The Bakersfield Californian

Mammograms at age 40? Yes, please.

- Leana S. Wen is a professor at George Washington University’s Milken Institute School of Public Health and author of the book “Lifelines: A Doctor’s Journey in the Fight for Public Health.” Previously, she served as Baltimore’s health commission­er.

Last week, the influentia­l U.S. Preventive Services Task Force proposed a revision to their breast cancer screening guidelines to lower the age of starting mammograms from 50 to 40. This is an important change that, if adopted, would increase early breast-cancer detection.

Breast cancer is the most common cancer among American women. About

1 in 8 women in the United States will develop breast cancer in their lifetimes. It is the second-leading cause of cancer death, claiming the lives of around 42,000 women every year.

Early diagnosis is crucial. When breast cancer is detected before it can spread to the lymph nodes and other parts of the body, the fiveyear survival rate is 99 percent. When detected after the cancer has metastasiz­ed, it declines to 30 percent.

In recent years, there has been a steady increase in younger people being diagnosed with cancer. Between 2015 and 2019, breast-cancer diagnoses among women in their 40s have risen an average of 2 percent a year. A large 2020 British study reported that mortality from breast cancer could be reduced by lowering the starting age of mammograph­y to 40.

This is especially essential for Black women. A study published in JAMA Network Open found that the rate of breast-cancer deaths among Black women in their 40s was 27 per 100,000 person-years, compared with 15 per 100,000 among White women. Another study by the American Cancer Society reports that only 57 percent of breast cancer in Black women were detected at a localized stage compared with 67 percent in White women. The task force reviewed these and other new evidence and concluded that there was a “moderate benefit” to lowering the age of recommende­d mammograms to 40 — that is, the benefit of earlier cancer detection outweighs the harm of potentiall­y unnecessar­y tests and the possibilit­y of false-positive results.

This change, if finalized after the public comment period, would more closely align guidance among major national entities. The American College of Obstetrici­ans and Gynecologi­sts already recommends women to receive mammograms beginning at age 40. The American Cancer Society’s guidelines recommend women start at age 45, with an option to begin earlier at 40.

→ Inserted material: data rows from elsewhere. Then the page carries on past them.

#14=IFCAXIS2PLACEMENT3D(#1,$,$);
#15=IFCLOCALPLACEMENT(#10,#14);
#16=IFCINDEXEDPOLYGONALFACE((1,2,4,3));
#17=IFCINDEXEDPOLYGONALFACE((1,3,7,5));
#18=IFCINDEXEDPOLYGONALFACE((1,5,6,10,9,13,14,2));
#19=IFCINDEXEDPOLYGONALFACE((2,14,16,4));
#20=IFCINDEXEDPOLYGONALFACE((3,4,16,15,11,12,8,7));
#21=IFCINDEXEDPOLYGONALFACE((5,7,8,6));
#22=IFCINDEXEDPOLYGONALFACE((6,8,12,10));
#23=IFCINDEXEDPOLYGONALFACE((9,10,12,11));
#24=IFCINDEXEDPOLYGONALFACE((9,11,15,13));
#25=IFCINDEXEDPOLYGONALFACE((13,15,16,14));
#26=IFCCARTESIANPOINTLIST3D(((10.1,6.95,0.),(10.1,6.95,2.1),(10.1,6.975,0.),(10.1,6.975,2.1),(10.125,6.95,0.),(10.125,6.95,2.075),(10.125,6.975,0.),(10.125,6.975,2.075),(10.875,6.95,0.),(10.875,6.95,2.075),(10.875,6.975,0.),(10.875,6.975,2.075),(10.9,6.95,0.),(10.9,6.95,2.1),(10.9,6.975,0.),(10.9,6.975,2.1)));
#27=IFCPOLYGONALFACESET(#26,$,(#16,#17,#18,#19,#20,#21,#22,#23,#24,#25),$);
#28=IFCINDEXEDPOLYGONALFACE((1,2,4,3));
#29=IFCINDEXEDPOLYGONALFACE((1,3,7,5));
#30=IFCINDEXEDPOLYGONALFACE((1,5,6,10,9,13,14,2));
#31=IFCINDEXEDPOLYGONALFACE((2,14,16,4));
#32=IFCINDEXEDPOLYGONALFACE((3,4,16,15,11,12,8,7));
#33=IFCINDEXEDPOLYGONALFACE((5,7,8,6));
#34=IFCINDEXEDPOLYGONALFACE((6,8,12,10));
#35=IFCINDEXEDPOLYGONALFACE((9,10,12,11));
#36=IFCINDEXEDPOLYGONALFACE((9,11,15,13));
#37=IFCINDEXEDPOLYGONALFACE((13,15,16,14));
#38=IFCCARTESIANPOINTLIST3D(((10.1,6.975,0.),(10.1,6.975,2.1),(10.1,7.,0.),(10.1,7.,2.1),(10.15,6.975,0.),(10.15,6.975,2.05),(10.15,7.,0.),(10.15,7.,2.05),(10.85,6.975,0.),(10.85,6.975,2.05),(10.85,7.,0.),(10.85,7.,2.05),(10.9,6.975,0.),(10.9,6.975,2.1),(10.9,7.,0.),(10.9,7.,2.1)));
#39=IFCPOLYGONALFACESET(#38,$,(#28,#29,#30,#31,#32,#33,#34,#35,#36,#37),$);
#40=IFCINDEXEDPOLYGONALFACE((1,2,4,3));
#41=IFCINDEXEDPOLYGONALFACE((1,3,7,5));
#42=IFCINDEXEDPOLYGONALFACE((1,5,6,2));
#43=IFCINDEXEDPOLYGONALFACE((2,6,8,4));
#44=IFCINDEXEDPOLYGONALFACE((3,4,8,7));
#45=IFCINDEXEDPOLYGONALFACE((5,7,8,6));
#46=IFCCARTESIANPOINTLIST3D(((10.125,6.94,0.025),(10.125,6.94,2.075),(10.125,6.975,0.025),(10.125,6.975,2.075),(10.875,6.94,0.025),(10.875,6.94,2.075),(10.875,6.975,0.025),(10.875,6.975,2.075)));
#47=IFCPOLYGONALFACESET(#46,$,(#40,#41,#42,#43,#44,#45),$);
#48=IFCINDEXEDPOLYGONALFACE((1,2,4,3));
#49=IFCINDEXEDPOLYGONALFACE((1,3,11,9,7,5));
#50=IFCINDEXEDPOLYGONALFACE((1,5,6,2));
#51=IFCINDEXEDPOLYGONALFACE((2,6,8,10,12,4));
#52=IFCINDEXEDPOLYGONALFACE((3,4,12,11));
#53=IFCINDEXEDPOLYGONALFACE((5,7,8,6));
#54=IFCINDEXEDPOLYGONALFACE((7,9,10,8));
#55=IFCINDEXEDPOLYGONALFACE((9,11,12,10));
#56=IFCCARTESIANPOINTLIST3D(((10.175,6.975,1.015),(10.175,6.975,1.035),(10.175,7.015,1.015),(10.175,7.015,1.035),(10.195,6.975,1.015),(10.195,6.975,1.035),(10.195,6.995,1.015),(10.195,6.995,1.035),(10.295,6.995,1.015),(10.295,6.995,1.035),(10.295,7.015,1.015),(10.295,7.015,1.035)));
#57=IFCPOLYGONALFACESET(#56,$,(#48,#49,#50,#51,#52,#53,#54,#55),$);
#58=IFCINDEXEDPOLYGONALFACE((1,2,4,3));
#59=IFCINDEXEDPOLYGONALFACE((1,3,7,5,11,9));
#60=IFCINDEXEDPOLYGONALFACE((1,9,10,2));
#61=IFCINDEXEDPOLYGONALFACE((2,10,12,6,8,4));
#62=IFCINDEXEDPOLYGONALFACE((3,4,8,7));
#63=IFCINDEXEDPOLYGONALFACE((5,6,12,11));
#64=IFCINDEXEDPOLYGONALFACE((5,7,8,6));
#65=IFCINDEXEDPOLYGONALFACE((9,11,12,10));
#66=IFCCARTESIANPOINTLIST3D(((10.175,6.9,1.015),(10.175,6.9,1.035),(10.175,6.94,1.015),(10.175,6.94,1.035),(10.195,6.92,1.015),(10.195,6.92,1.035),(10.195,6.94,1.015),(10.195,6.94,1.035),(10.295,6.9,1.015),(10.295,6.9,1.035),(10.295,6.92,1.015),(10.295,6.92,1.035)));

The recommenda­tions differ in some respects. The task force calls for mammograms every two years from age 40 to 74. The American College of Obstetrici­ans and Gynecologi­sts recommends them every one to two years from 40 until “at least age 75 years.” The American Cancer Society guidelines say that women ages 45 to 54 should be screened annually, then transition to biennial screening — though can choose annual screening if they wish — for as long as they are in good health and have a life expectancy of 10 years or longer.

These recommenda­tions apply only to women at average risk of breast cancer. Those with higher risk might start screenings earlier and with additional imaging studies. This includes anyone who’s had a first-degree relative (such as a sister, mother or daughter) with breast cancer; a breast-cancer diagnosis themselves; genetic testing positive for mutations such as BRCA; or prior radiation to the chest.

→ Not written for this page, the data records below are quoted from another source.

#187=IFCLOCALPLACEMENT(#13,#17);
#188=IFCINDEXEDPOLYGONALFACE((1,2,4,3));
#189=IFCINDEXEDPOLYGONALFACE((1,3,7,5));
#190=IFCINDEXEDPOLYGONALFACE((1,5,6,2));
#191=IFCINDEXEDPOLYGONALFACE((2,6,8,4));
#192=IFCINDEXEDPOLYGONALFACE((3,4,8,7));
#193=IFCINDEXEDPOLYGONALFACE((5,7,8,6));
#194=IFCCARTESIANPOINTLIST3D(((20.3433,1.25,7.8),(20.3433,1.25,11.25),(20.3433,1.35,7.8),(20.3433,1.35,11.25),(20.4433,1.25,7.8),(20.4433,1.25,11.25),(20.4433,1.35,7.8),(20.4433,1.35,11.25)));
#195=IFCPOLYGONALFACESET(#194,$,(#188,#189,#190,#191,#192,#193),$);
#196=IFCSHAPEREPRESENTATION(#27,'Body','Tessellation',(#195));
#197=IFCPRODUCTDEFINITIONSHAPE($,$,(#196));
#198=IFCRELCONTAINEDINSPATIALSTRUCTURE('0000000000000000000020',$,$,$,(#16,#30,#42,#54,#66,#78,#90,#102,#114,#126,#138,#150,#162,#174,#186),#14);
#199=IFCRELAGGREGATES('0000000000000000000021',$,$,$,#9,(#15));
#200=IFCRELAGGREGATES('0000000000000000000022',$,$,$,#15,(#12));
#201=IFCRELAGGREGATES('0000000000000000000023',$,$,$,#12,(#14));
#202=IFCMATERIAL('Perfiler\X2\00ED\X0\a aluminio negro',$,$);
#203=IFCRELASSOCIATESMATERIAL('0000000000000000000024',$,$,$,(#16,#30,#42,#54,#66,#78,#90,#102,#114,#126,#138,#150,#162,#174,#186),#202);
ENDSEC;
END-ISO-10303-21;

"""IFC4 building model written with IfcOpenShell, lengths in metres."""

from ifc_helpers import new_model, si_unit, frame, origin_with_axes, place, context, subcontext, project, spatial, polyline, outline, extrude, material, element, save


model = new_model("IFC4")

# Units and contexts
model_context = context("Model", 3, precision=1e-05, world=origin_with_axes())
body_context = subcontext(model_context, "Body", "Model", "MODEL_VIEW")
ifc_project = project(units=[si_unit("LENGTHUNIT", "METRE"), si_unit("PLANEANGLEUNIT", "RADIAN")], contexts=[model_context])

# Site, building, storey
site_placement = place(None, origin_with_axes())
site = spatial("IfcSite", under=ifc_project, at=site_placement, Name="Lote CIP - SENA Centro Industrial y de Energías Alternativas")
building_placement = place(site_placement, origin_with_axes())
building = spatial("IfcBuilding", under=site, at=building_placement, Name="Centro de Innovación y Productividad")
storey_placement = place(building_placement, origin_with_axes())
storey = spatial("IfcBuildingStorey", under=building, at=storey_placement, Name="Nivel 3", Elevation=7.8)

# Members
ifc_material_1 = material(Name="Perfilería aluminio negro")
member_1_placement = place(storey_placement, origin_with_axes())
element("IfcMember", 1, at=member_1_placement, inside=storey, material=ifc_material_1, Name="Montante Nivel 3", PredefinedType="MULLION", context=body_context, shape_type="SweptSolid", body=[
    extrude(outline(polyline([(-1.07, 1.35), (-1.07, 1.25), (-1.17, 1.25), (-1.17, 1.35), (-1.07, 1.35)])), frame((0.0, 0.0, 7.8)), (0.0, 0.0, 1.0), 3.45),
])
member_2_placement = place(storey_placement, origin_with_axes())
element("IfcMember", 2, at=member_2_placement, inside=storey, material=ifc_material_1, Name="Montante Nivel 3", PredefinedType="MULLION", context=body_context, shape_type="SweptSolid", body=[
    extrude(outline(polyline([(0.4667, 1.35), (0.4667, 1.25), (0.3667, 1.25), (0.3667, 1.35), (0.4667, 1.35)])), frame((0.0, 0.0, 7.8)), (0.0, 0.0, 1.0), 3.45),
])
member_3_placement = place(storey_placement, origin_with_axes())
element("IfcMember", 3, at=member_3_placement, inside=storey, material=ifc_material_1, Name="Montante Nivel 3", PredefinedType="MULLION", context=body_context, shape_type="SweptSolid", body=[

I fall into this higher-risk category myself. My mother was diagnosed with metastatic breast cancer when she was in her mid40s. In close consultati­on with my primary-care physician, I began annual breast-cancer screenings in my mid-30s. Because I have dense breast tissue, which could obscure mammograph­y findings, I also go for a breast MRI exam every year.

Twice, I’ve had a finding that warranted further investigat­ion. While it was distressin­g to go through the process of pursuing what ended up being a false-positive, it would have been far worse to be diagnosed at a later stage, as was the case with my mother, who ended up dying from her cancer.

My takeaway for patients wondering how to make sense of the changing guidance is to begin by determinin­g their risk of developing breast cancer. If they are high-risk, these screening guidelines don’t apply to them. They should speak with their physician about when to start mammograms, how often to do them and what additional studies might be needed.

Those at average risk should start mammograms at age 40. Because recommendi­ng entities differ in testing frequency, women can decide whether they’d prefer a yearly mammogram or one every two years. Patients who want additional reassuranc­e could opt for the former, while those who prioritize reducing health-care visits could choose the latter. (The Affordable Care Act requires insurance companies to cover screening mammograms, so costs should not be a determinin­g factor for most people.)

Every time I go for my mammogram or MRI, I am anxious. I remember vividly my mother telling me about her cancer diagnosis, and every year, I know that there is a chance I could have a result that prompts a similar conversati­on with my family. But if I have cancer, I’d want to know as soon as possible.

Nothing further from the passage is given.